La adopción del derecho consuetudinario dejó margen para una considerable variación, incluso entre los gobiernos coloniales, en su aplicación práctica. Surgieron importantes diferencias jurídicas entre las distintas partes de una misma dependencia: la Colonia de Lagos y los Protectorados de Nigeria meridional y septentrional se amalgamaron en 1914, pero en el norte se aplicó un régimen fundamentalmente diferente de derecho agrario, que imponía una tenencia regulada centralmente y reconocía al mismo tiempo los “derechos de ocupación” consuetudinarios locales, una pauta que se repitió en los Territorios Septentrionales de la Costa de Oro.Entre las Líneas En Sierra Leona, el derecho consuetudinario de la tierra era aplicado en el protectorado, pero no había ninguna disposición para la aplicación de ninguna ley consuetudinaria en la colonia.

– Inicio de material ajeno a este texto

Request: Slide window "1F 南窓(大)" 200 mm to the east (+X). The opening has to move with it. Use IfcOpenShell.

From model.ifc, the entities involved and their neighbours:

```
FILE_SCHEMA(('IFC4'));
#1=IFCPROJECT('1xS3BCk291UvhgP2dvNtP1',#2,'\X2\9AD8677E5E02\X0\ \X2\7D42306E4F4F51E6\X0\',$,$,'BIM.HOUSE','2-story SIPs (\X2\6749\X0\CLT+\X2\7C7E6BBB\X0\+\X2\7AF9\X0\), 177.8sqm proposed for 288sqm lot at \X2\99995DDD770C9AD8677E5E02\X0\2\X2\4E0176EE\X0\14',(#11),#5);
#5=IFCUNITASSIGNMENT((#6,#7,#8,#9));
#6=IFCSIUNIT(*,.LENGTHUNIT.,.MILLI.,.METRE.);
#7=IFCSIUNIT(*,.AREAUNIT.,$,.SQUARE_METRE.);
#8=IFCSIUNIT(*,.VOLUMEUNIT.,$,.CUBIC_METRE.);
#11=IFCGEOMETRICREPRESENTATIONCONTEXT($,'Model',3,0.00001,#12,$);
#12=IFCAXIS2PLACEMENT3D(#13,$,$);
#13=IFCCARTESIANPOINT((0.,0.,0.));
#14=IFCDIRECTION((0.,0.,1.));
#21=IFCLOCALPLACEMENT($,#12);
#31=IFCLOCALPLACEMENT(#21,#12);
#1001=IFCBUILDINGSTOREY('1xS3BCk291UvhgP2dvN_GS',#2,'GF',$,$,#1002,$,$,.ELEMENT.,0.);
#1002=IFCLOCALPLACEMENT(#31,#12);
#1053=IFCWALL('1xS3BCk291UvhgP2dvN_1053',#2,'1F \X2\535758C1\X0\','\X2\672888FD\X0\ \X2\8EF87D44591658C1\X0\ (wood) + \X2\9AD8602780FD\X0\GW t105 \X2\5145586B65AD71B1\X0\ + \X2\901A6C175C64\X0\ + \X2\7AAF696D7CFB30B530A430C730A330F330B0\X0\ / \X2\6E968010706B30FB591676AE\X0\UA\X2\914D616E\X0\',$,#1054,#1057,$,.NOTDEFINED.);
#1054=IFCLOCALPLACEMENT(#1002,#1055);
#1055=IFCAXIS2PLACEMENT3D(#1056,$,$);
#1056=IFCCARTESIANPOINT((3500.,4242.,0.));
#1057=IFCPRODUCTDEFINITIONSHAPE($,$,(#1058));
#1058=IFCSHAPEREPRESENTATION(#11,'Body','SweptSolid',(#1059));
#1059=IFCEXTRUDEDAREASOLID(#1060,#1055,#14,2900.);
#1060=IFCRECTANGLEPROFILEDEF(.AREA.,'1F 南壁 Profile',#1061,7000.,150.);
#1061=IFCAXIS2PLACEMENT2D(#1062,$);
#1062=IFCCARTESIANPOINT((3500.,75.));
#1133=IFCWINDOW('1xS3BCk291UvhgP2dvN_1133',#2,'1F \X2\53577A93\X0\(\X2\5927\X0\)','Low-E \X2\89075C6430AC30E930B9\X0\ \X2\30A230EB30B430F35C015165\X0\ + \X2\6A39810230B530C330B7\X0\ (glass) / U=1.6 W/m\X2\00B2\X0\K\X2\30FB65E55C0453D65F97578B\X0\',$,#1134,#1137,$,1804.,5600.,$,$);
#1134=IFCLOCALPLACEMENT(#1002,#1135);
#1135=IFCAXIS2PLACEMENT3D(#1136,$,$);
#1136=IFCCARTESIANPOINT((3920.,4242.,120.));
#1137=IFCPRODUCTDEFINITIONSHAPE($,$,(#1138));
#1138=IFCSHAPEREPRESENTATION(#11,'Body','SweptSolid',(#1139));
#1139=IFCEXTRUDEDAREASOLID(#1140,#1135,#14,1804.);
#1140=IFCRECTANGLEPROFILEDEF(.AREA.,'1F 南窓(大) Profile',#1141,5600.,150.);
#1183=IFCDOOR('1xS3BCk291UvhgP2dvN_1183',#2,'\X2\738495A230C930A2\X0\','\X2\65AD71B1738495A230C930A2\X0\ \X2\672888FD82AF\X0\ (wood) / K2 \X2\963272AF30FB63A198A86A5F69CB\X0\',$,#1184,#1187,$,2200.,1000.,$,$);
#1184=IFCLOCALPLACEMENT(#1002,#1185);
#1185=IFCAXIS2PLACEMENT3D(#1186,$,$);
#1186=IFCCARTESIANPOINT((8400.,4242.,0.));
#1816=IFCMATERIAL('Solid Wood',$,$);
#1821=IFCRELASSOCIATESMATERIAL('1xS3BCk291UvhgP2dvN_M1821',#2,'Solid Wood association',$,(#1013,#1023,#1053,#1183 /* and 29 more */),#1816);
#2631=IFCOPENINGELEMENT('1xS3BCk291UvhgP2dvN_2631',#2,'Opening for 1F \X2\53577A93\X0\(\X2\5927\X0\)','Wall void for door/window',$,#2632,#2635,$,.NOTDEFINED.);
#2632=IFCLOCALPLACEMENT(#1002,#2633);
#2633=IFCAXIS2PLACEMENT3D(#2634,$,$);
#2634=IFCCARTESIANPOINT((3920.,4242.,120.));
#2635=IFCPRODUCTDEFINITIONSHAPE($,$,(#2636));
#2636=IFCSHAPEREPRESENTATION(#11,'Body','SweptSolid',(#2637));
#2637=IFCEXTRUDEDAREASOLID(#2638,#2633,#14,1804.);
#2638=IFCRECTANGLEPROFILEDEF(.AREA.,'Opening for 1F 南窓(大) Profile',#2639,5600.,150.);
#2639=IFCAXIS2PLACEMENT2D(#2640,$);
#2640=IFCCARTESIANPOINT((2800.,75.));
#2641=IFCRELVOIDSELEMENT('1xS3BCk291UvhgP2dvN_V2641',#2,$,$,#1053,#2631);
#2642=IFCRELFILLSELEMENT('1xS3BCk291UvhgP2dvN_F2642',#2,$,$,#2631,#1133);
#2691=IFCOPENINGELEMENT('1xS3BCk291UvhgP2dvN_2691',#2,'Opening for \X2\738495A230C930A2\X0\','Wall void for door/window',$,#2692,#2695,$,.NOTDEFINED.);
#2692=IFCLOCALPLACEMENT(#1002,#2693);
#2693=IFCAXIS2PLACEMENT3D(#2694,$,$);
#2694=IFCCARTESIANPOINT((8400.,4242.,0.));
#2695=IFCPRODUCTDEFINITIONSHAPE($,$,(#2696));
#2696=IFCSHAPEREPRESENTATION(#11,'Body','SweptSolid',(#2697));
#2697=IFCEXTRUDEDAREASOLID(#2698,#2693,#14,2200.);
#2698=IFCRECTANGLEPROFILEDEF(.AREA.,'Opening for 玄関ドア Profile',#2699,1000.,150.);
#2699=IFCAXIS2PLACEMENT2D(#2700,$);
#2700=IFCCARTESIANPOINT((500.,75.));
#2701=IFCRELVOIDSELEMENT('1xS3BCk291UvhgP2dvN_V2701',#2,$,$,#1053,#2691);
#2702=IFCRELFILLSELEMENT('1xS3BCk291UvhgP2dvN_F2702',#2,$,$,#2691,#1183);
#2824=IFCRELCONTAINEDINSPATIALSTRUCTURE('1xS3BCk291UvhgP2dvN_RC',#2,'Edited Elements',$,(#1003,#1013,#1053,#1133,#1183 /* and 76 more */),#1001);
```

```python
import ifcopenshell
import ifcopenshell.api.geometry
import ifcopenshell.util.placement
import ifcopenshell.util.unit

model = ifcopenshell.open("model.ifc")
unit_scale = ifcopenshell.util.unit.calculate_unit_scale(model)

window = model.by_guid("1xS3BCk291UvhgP2dvN_1133")
opening = window.FillsVoids[0].RelatingOpeningElement
wall = opening.VoidsElements[0].RelatingBuildingElement

wall_matrix = ifcopenshell.util.placement.get_local_placement(wall.ObjectPlacement)
shift = wall_matrix[:3, 0] * 0.2 / unit_scale
before = ifcopenshell.util.placement.get_local_placement(window.ObjectPlacement)[:3, 3].copy()

# The window is not placed relative to its opening, so move both.
for product in (opening, window):
    matrix = ifcopenshell.util.placement.get_local_placement(product.ObjectPlacement)
    matrix[:3, 3] += shift
    ifcopenshell.api.geometry.edit_object_placement(model, product=product, matrix=matrix, is_si=False)

after = ifcopenshell.util.placement.get_local_placement(window.ObjectPlacement)[:3, 3]
print("window moved by", (after - before).round(3) + 0.0)

model.write("model_rev.ifc")
```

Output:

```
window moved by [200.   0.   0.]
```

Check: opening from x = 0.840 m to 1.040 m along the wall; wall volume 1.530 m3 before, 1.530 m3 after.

El juicio por jurado, un rasgo característico del derecho angloamericano, sólo tenía una aplicación limitada en África occidental: sólo Liberia conservaba la panoplia completa de grandes jurados para acusar a los acusados y los jurados de juicio; en Nigeria y Sierra Leona los jurados se sentaban sólo en las zonas de la colonia, para juzgar delitos capitales y otros delitos graves; en Ghana sólo los delitos más graves eran juzgados por jurados de siete miembros, los demás delitos por un juez que se sentaba con tres asesores.
El resultado de estos arreglos fue la creación de sistemas jurídicos plurales y difíciles cuestiones de conflictos internos de leyes, en particular en el ámbito del derecho de familia, incluidas las leyes de matrimonio y sucesión. (Tal vez sea de interés más investigación sobre el concepto). Esas cuestiones deben resolverse caso por caso en las decisiones de los tribunales superiores.
LA ERA DE LA INDEPENDENCIA
En Liberia la Constitución de 1847 permaneció en vigor hasta el golpe militar de 1980, pero durante más de cien años a partir de 1877 Liberia, bajo el partido True Whig, proporcionó el primer modelo africano de un Estado de partido único. Aunque las leyes y los fallos del Tribunal Supremo no se compilaron y publicaron hasta el decenio de 1960, la Constitución y el derecho consuetudinario, con su doble filiación americana e inglesa, se han afirmado y examinado enérgicamente en los tribunales.
La descolonización europea en el África subsahariana se produjo primero en la Costa de Oro, que en el momento de la independencia, en 1957, adoptó el nombre del antiguo imperio de Ghana; le siguió la independencia de Nigeria (1960), Sierra Leona (1961) y Gambia (1965).Entre las Líneas En el momento de la independencia, cada nuevo Estado tenía una constitución, redactada sobre la base de principios acordados por los dirigentes políticos locales elegidos, que establecía un gobierno parlamentario según el modelo de Westminster, paradójicamente con el monarca británico (la Reina Isabel) como jefe de Estado; la constitución de Nigeria establecía una federación de tres regiones. Cada estado adoptó más tarde una forma republicana de gobierno con un presidente ejecutivo. Tras los referendos de 1961, el Camerún septentrional pasó a formar parte de Nigeria, mientras que el Camerún meridional optó por unirse al estado francófono de Camerún, conservando el derecho y el idioma ingleses.
Sin embargo, el régimen colonial no había establecido una base duradera para el gobierno constitucional, que fue interrumpido por los golpes militares en Ghana (1966, 1972 y 1981), Nigeria (1966 y 1983) y Gambia (1994). Sierra Leona experimentó un estado unipartidista (1978), sucesivos golpes militares (1992, 1996, 1997) y una brutal guerra civil, antes de que la intervención internacional restableciera el gobierno constitucional (2000).Entre las Líneas En 1979 Ghana y Nigeria adoptaron nuevas constituciones que abandonaron el modelo de Westminster en favor del modelo de Washington, con separación de poderes y presidentes ejecutivos elegidos directamente que nombraban a ministros de fuera del poder legislativo, una pauta que se repitió en constituciones posteriores (Ghana en 1993, Nigeria en 1999).Entre las Líneas En Gambia, el líder del golpe de 1994 fue elegido presidente en virtud de la nueva constitución de 1996.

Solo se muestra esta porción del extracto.